** What you need to do **
Some lines in the entries contain the word "IFCSLAB". Copy all of them.

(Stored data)

_____

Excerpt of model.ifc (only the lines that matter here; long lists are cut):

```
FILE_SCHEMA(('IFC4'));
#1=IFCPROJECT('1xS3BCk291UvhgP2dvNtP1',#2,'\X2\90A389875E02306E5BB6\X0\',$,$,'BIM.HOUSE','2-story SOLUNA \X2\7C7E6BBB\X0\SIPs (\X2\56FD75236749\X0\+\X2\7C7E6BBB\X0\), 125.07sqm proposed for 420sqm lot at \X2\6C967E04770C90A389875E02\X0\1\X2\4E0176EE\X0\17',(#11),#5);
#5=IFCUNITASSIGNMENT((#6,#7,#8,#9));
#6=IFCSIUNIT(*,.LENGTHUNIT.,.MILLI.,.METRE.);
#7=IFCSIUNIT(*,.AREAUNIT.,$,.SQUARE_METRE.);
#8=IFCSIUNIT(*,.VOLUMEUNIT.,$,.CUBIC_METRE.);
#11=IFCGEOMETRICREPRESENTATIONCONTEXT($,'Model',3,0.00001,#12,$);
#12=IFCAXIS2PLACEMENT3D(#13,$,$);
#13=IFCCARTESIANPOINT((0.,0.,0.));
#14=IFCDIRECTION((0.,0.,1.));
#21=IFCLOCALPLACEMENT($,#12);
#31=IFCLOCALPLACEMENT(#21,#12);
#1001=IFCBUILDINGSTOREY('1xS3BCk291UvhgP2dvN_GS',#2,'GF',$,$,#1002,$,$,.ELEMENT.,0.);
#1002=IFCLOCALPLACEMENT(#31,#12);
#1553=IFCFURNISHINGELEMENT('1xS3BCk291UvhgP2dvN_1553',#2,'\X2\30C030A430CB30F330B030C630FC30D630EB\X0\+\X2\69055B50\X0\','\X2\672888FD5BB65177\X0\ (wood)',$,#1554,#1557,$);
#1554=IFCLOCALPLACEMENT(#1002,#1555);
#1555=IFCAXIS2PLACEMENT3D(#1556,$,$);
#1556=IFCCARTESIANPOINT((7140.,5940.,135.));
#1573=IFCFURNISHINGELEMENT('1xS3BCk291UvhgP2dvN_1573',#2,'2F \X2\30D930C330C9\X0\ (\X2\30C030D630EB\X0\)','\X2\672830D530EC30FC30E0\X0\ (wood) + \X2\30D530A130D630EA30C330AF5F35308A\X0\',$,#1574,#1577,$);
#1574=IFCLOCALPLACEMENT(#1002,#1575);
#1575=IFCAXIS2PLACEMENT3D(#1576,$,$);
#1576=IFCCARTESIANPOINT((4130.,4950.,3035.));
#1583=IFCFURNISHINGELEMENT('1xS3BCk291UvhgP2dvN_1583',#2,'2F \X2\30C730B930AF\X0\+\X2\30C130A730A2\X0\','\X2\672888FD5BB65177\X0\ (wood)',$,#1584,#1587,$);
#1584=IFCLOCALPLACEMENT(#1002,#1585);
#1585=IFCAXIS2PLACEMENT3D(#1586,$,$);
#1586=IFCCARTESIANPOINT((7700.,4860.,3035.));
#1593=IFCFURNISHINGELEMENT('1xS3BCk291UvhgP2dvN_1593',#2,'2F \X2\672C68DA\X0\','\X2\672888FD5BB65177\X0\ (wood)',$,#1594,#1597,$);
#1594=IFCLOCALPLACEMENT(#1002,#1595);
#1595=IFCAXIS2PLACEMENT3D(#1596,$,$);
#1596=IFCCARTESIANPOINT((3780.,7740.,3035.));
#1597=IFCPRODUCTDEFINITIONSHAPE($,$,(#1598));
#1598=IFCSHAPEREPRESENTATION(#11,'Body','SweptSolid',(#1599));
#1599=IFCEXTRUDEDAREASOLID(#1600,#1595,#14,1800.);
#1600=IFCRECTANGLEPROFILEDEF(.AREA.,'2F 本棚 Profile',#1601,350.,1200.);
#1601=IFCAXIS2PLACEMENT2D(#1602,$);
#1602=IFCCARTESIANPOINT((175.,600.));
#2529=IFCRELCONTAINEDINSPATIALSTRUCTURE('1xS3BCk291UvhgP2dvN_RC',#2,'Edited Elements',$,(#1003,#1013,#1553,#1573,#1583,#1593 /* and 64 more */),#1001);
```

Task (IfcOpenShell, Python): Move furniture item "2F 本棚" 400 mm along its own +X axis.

```python
import ifcopenshell
import ifcopenshell.api.geometry
import ifcopenshell.util.placement
import ifcopenshell.util.unit

model = ifcopenshell.open("model.ifc")
unit_scale = ifcopenshell.util.unit.calculate_unit_scale(model)

item = model.by_guid("1xS3BCk291UvhgP2dvN_1593")
matrix = ifcopenshell.util.placement.get_local_placement(item.ObjectPlacement)
matrix[:3, 3] += matrix[:3, 0] * 0.4 / unit_scale
ifcopenshell.api.geometry.edit_object_placement(model, product=item, matrix=matrix, is_si=False)

print(ifcopenshell.util.placement.get_local_placement(item.ObjectPlacement).round(3) + 0.0)

model.write("model_updated.ifc")
```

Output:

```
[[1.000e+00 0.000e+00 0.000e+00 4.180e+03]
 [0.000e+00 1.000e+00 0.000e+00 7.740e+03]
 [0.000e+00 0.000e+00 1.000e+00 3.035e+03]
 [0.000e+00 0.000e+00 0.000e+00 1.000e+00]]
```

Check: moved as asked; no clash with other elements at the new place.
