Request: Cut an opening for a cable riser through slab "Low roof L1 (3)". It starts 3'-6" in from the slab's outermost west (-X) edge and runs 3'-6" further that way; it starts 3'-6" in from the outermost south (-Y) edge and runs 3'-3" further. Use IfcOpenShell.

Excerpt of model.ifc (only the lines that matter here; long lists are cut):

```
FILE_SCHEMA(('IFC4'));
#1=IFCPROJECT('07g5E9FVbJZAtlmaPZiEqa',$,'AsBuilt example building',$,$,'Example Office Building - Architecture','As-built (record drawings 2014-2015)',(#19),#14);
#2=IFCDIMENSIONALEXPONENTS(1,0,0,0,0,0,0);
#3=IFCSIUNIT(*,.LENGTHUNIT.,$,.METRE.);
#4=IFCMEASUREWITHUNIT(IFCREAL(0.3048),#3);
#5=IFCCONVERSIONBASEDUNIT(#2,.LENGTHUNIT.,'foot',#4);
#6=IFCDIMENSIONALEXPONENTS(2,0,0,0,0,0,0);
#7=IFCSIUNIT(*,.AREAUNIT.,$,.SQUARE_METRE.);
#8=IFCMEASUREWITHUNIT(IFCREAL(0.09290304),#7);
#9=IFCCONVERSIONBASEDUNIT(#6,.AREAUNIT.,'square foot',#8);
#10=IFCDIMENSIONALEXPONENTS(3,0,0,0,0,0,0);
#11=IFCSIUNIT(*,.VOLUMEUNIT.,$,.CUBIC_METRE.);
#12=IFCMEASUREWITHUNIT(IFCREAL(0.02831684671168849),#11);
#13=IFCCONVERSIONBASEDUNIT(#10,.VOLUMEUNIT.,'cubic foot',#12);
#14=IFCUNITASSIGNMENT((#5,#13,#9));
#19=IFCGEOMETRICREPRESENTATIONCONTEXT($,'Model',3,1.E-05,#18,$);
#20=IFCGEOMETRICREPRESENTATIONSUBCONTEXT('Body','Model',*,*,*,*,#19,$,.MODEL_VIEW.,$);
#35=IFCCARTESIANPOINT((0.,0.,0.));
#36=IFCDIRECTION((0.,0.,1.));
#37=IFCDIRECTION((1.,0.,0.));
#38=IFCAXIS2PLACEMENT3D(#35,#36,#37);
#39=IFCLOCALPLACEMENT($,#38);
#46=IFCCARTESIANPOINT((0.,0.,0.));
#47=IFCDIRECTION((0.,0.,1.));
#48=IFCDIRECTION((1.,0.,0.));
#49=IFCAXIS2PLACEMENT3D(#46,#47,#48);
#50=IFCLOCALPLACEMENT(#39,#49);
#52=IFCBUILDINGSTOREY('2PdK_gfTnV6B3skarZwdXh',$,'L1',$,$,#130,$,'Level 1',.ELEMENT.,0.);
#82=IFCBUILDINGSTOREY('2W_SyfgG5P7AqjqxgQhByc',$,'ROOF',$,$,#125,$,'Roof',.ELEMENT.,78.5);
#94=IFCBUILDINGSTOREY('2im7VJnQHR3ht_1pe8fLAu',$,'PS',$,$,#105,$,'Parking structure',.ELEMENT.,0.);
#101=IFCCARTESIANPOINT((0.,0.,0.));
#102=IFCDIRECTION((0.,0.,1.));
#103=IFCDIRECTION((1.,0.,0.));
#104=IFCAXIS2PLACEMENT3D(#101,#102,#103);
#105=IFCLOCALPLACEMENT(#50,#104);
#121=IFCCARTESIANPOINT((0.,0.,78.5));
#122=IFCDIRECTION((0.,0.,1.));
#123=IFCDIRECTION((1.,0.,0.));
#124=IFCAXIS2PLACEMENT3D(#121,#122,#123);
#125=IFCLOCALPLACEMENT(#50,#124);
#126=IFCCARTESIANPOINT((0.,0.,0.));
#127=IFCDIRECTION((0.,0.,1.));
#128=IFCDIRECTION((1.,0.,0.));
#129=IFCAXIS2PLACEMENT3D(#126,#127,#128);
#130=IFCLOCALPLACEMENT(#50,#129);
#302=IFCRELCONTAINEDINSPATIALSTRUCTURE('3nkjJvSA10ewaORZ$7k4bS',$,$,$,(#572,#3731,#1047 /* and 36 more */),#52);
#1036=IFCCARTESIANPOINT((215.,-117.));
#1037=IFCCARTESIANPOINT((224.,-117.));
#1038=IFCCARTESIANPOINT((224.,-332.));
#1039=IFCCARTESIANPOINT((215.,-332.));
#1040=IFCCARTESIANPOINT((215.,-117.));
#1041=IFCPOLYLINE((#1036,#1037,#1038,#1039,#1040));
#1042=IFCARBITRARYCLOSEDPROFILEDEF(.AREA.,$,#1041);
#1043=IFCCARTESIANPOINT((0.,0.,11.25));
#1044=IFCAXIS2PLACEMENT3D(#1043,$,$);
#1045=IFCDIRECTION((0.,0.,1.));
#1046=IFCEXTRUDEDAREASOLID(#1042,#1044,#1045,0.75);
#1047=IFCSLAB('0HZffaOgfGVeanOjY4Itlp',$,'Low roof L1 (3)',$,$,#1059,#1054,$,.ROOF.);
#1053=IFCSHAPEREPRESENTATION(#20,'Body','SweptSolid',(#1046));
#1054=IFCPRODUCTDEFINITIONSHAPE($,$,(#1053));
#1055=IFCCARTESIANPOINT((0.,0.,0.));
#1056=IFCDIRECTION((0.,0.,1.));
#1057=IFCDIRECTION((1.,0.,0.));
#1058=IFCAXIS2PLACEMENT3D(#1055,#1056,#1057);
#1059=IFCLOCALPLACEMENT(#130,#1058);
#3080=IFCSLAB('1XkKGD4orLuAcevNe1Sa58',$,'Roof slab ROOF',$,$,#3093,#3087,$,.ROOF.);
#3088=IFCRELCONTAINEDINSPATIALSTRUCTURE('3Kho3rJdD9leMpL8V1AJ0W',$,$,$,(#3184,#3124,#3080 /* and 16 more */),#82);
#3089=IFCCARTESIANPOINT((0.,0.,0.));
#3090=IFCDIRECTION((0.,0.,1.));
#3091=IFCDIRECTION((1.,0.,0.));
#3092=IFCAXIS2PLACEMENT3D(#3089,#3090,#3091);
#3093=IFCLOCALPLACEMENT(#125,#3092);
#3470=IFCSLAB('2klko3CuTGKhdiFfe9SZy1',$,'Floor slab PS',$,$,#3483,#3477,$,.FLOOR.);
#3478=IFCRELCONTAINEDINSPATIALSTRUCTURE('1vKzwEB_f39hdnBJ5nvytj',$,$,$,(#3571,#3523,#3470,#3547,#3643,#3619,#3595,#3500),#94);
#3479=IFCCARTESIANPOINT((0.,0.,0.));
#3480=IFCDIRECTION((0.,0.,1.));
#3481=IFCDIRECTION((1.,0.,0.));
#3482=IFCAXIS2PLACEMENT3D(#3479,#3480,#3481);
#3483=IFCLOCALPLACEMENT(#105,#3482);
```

```python
import numpy as np
import ifcopenshell
import ifcopenshell.api.feature
import ifcopenshell.api.geometry
import ifcopenshell.api.root
import ifcopenshell.geom
import ifcopenshell.util.placement
import ifcopenshell.util.representation
import ifcopenshell.util.shape
import ifcopenshell.util.unit

model = ifcopenshell.open("model.ifc")
unit_scale = ifcopenshell.util.unit.calculate_unit_scale(model)
settings = ifcopenshell.geom.settings()


def volume(element):
    """Net volume in cubic metres, openings subtracted."""
    shape = ifcopenshell.geom.create_shape(settings, element)
    return ifcopenshell.util.shape.get_volume(shape.geometry)


slab = model.by_guid("0HZffaOgfGVeanOjY4Itlp")
before = volume(slab)

# Extent in the slab's own axes, in metres. The edges named are its -X and -Y sides.
slab_shape = ifcopenshell.geom.create_shape(settings, slab)
vertices = ifcopenshell.util.shape.get_vertices(slab_shape.geometry)
x_min, y_min, bottom = vertices.min(axis=0)
top = vertices[:, 2].max()

opening = ifcopenshell.api.root.create_entity(model, ifc_class="IfcOpeningElement", name="Cable riser opening", predefined_type="OPENING")
context = ifcopenshell.util.representation.get_context(model, "Model", "Body", "MODEL_VIEW")
width, depth = 1.0668, 0.9906
outline = [(0.0, 0.0), (width, 0.0), (width, depth), (0.0, depth), (0.0, 0.0)]
# Overshoot both faces by 50 mm so the cut is clean.
shape = ifcopenshell.api.geometry.add_slab_representation(
    model, context=context, depth=top - bottom + 0.1, polyline=outline
)
ifcopenshell.api.geometry.assign_representation(model, product=opening, representation=shape)

matrix = ifcopenshell.util.placement.get_local_placement(slab.ObjectPlacement)
matrix[:, 3] = matrix @ np.append(np.array([x_min + 1.0668, y_min + 1.0668, bottom - 0.05]) / unit_scale, 1.0)
ifcopenshell.api.geometry.edit_object_placement(model, product=opening, matrix=matrix, is_si=False)
ifcopenshell.api.feature.add_feature(model, feature=opening, element=slab)

after = volume(slab)

print(f"slab volume {before:.3f} -> {after:.3f} m3")

model.write("model_updated.ifc")
```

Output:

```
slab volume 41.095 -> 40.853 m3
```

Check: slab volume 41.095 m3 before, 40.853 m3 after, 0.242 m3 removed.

_____

** Solution to the exercise **
#1047=IFCSLAB('0HZffaOgfGVeanOjY4Itlp',$,'Low roof L1 (3)',$,$,#1059,#1054,$,.ROOF.);
#3080=IFCSLAB('1XkKGD4orLuAcevNe1Sa58',$,'Roof slab ROOF',$,$,#3093,#3087,$,.ROOF.);
#3470=IFCSLAB('2klko3CuTGKhdiFfe9SZy1',$,'Floor slab PS',$,$,#3483,#3477,$,.FLOOR.);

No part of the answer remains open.